20 November 2008 The Prosecutor of the International Criminal Court (ICC) today presented evidence against three rebel commanders for their role in last year’s deadly attack against peacekeepers in the war-ravaged Sudanese region of Darfur, vowing that he “will not let such attacks go unpunished.”
Some 1,000 rebels attacked the Haskanita camp in South Darfur state on 29 September 2007, killing 12 peacekeepers serving with the African Union Mission in Sudan (AMIS) – a predecessor to the joint UN-AU peacekeeping mission known as UNAMID – and wounding eight others.
The three commanders “planned, led their troops and directed the attack… and completely destroyed AMIS facilities and property, directly affecting aid and security for millions of people of Darfur who are in need of protection,” ICC Prosecutor Luis Moreno-Ocampo said, according to a press release issued by the Court.
“No one is above the law,” he added.
The Prosecution has concluded that there are reasonable grounds to believe the three commanders bear criminal responsibility for three counts of war crimes for murder, intentionally directing attacks against personnel and objects involved in a peacekeeping mission and pillaging.
He later told the UN News Centre that the rebels’ names are sealed because “the best way to ensure their appearance is to keep confidential their names for now,” adding that they must “recognize that they have to respect the Court.”
Mr. Moreno-Ocampo expressed outrage against the attack on peacekeepers in Haskanita, saying that “this cannot happen,” for “if you attack them, there is no hope for the civilians.”
Although he said that he expects no cooperation on the part of the Sudanese authorities, he stressed that it is his “duty to show that the law will be enforced very seriously.”
Today’s presentation of evidence to the ICC could help to further the Darfur peace process, the Prosecutor said, because “applying the law will help to establish law and bring peace to the region.”

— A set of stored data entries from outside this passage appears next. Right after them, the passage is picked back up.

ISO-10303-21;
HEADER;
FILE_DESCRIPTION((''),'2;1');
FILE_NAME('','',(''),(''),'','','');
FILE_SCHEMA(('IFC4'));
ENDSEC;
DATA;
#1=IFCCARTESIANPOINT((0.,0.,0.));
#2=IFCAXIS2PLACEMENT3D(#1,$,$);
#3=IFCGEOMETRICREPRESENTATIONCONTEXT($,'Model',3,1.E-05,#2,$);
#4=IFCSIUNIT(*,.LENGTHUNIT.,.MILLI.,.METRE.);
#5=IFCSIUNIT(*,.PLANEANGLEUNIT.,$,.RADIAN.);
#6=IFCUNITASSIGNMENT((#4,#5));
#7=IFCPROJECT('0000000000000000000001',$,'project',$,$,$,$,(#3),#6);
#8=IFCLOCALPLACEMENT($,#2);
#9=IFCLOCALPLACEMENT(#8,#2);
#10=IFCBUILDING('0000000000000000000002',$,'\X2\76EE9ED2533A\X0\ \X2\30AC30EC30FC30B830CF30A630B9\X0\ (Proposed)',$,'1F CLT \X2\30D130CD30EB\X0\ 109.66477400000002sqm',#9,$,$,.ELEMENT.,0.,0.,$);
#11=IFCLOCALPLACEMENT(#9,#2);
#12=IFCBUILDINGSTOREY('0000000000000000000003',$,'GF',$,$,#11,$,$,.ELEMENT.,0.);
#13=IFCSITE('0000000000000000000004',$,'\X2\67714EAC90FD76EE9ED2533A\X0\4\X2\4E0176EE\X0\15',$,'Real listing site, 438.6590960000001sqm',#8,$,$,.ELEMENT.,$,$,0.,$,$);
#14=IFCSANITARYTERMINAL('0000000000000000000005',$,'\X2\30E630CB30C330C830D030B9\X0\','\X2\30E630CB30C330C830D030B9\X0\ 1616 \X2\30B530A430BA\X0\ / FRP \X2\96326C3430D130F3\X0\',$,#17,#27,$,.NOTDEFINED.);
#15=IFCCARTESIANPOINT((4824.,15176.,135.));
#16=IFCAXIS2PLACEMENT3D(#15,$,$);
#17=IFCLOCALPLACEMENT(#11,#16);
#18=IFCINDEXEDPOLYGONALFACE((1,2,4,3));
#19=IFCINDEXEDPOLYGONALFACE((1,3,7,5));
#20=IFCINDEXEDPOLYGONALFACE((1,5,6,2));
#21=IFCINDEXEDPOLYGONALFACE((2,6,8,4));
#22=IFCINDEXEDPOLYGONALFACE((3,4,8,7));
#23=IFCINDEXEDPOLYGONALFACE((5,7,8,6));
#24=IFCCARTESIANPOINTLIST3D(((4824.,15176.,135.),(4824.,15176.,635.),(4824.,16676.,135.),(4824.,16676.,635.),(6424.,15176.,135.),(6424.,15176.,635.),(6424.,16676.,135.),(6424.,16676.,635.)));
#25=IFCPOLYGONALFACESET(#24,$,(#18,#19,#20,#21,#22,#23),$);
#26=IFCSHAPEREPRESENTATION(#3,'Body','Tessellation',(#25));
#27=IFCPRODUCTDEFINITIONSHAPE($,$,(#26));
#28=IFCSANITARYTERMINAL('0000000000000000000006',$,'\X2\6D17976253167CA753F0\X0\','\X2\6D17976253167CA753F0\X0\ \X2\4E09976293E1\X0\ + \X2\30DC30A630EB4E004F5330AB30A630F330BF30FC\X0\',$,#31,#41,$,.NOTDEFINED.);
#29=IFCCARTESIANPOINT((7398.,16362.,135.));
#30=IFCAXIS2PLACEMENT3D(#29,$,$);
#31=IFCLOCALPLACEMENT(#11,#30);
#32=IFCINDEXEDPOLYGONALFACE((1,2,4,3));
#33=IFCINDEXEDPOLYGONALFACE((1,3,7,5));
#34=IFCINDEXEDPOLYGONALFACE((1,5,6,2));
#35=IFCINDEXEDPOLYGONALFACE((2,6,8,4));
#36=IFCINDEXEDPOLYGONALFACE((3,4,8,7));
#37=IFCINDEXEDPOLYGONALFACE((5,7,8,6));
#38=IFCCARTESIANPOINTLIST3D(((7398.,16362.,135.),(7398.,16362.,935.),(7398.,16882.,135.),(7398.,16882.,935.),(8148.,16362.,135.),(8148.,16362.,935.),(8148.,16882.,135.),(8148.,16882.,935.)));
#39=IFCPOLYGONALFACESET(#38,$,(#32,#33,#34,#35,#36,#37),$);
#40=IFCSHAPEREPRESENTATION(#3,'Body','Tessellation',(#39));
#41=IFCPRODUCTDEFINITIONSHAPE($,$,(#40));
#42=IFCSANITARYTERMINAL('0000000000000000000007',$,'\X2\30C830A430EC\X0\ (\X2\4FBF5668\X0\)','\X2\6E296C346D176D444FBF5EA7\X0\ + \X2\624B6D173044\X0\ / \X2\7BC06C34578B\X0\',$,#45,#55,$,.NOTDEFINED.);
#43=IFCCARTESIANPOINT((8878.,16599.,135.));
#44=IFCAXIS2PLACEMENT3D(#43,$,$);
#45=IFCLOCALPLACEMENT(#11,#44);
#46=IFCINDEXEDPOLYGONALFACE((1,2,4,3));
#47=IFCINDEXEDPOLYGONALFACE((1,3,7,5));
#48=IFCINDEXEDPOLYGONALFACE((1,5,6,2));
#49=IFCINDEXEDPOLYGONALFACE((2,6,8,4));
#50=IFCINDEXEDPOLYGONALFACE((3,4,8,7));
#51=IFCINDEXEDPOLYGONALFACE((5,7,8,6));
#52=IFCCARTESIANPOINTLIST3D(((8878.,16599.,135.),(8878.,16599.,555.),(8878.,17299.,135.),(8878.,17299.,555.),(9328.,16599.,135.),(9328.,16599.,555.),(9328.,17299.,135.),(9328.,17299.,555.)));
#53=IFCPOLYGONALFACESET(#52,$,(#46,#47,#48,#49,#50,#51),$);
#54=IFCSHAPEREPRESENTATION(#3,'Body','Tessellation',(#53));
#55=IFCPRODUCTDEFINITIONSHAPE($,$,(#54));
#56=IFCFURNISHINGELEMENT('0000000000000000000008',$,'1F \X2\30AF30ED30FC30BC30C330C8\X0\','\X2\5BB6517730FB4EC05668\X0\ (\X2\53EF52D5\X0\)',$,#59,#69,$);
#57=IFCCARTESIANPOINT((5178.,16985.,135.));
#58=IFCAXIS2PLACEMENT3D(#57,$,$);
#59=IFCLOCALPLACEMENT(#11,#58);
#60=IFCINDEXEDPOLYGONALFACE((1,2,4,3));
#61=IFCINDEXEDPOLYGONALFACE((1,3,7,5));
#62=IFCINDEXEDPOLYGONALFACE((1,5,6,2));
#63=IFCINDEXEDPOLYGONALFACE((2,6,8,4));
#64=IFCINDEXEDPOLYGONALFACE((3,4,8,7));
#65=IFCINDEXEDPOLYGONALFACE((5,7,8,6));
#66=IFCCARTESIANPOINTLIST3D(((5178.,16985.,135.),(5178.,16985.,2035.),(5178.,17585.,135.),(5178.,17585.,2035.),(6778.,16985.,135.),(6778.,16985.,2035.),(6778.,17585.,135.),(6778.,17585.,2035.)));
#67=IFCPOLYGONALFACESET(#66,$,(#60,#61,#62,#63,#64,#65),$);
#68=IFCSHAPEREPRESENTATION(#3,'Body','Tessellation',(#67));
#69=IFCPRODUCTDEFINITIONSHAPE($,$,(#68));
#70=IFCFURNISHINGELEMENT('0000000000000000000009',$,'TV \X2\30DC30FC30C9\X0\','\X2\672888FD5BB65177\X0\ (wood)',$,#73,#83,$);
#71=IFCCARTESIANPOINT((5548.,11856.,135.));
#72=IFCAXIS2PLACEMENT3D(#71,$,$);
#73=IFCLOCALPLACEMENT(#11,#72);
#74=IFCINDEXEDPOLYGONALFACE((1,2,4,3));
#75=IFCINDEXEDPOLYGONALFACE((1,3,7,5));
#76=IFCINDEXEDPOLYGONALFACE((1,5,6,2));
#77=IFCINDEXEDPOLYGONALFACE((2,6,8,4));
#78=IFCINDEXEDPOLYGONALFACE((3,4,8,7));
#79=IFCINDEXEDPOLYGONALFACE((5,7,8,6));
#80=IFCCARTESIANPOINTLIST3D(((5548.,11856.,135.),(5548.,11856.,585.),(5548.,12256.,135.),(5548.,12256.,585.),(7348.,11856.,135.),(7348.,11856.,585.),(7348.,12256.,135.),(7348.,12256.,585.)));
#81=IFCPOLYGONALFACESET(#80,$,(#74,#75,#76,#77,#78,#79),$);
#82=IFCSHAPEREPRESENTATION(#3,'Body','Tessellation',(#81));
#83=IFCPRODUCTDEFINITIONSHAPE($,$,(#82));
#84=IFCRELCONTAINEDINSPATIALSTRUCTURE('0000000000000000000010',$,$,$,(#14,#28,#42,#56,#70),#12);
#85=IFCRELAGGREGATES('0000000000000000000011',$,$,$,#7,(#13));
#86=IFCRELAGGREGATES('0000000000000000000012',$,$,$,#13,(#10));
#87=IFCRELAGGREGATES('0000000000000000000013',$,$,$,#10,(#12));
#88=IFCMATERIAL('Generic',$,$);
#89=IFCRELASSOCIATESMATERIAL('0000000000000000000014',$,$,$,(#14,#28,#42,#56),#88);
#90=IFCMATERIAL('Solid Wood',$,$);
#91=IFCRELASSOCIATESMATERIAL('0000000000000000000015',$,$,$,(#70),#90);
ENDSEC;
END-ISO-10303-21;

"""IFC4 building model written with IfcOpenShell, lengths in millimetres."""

from ifc_helpers import new_model, si_unit, frame, frame_2d, origin, place, context, project, spatial, rectangle, extrude, material, element, save


model = new_model("IFC4")

# Units and contexts
model_context = context("Model", 3, precision=1e-05, world=origin())
ifc_project = project(units=[si_unit("LENGTHUNIT", "METRE", prefix="MILLI"), si_unit("PLANEANGLEUNIT", "RADIAN")], contexts=[model_context])

# Site, building, storey
site_placement = place(None, origin())
site = spatial("IfcSite", under=ifc_project, at=site_placement, Name="東京都目黒区4丁目15", ObjectType="Real listing site, 438.6590960000001sqm", CompositionType="ELEMENT", RefElevation=0.0)
building_placement = place(site_placement, origin())
building = spatial("IfcBuilding", under=site, at=building_placement, Name="目黒区 ガレージハウス (Proposed)", ObjectType="1F CLT パネル 109.66477400000002sqm", CompositionType="ELEMENT", ElevationOfRefHeight=0.0, ElevationOfTerrain=0.0)
storey_placement = place(building_placement, origin())
storey = spatial("IfcBuildingStorey", under=building, at=storey_placement, Name="GF", CompositionType="ELEMENT", Elevation=0.0)

# Shared definitions
ifc_material_1 = material(Name="Solid Wood")

# Shared definitions
ifc_material_2 = material(Name="Generic")

# Sanitary terminals
sanitary_terminal_1_placement = place(storey_placement, frame((4824.0, 15176.0, 135.0)))
element("IfcSanitaryTerminal", 1, at=sanitary_terminal_1_placement, inside=storey, material=ifc_material_2, Name="ユニットバス", Description="ユニットバス 1616 サイズ / FRP 防水パン", PredefinedType="NOTDEFINED", context=model_context, shape_type="SweptSolid", body=[
    extrude(rectangle(XDim=1600.0, YDim=1500.0, at=frame_2d((800.0, 750.0))), frame((4824.0, 15176.0, 135.0)), (0.0, 0.0, 1.0), 500.0),
])
sanitary_terminal_2_placement = place(storey_placement, frame((7398.0, 16362.0, 135.0)))
element("IfcSanitaryTerminal", 2, at=sanitary_terminal_2_placement, inside=storey, material=ifc_material_2, Name="洗面化粧台", Description="洗面化粧台 三面鏡 + ボウル一体カウンター", PredefinedType="NOTDEFINED", context=model_context, shape_type="SweptSolid", body=[
    extrude(rectangle(XDim=750.0, YDim=520.0, at=frame_2d((375.0, 260.0))), frame((7398.0, 16362.0, 135.0)), (0.0, 0.0, 1.0), 800.0),
])
sanitary_terminal_3_placement = place(storey_placement, frame((8878.0, 16599.0, 135.0)))
element("IfcSanitaryTerminal", 3, at=sanitary_terminal_3_placement, inside=storey, material=ifc_material_2, Name="トイレ (便器)", Description="温水洗浄便座 + 手洗い / 節水型", PredefinedType="NOTDEFINED", context=model_context, shape_type="SweptSolid", body=[
    extrude(rectangle(XDim=450.0, YDim=700.0, at=frame_2d((225.0, 350.0))), frame((8878.0, 16599.0, 135.0)), (0.0, 0.0, 1.0), 420.0),
])

# Furnishing elements
furnishing_1_placement = place(storey_placement, frame((5178.0, 16985.0, 135.0)))
element("IfcFurnishingElement", 4, at=furnishing_1_placement, inside=storey, material=ifc_material_2, Name="1F クローゼット", Description="家具・什器 (可動)", context=model_context, shape_type="SweptSolid", body=[
    extrude(rectangle(XDim=1600.0, YDim=600.0, at=frame_2d((800.0, 300.0))), frame((5178.0, 16985.0, 135.0)), (0.0, 0.0, 1.0), 1900.0),
])
furnishing_2_placement = place(storey_placement, frame((5548.0, 11856.0, 135.0)))
element("IfcFurnishingElement", 5, at=furnishing_2_placement, inside=storey, material=ifc_material_1, Name="TV ボード", Description="木製家具 (wood)", context=model_context, shape_type="SweptSolid", body=[
    extrude(rectangle(XDim=1800.0, YDim=400.0, at=frame_2d((900.0, 200.0))), frame((5548.0, 11856.0, 135.0)), (0.0, 0.0, 1.0), 450.0),
])

save(model, "model.ifc")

Secretary-General Ban Ki-moon today said in a statement issued by his spokesperson that he “emphasizes that the United Nations respects the independence of the Court and its judicial process, and stresses the critical importance of full compliance by all parties to the actions of the Court.”
He said that the two UN peacekeeping missions operating in Sudan will continue to work in an “impartial manner, cooperating in good faith with all partners to further the goal of peace and stability in the country,” adding that the world body will also press ahead with its humanitarian and development efforts in the country.
The investigation of the three rebel commanders is the ICC’s third arising from the situation in Darfur, which was referred to The Hague-based Court by the Security Council in 2005.
In July, Mr. Moreno-Ocampo requested an arrest warrant for Sudanese President Omar al-Bashir for allegedly committing war crimes, crimes against humanity and genocide over the last five years in Darfur.
The ICC has issued arrest warrants for Ahmad Muhammad Harun, former Sudanese Minister of State for the Interior, and Janjaweed militia leader Ali Kushayb. In presenting his evidence against them to the Court, Mr. Moreno-Ocampo said that they “jointly committed crimes against the civilian population in Darfur.”
More than 300,000 people are estimated to have been killed in Darfur, an impoverished and relatively arid region on Sudan’s western flank, since rebels began fighting Government forces and allied Janjaweed militiamen in 2003. Another 2.7 million civilians have had to flee their homes.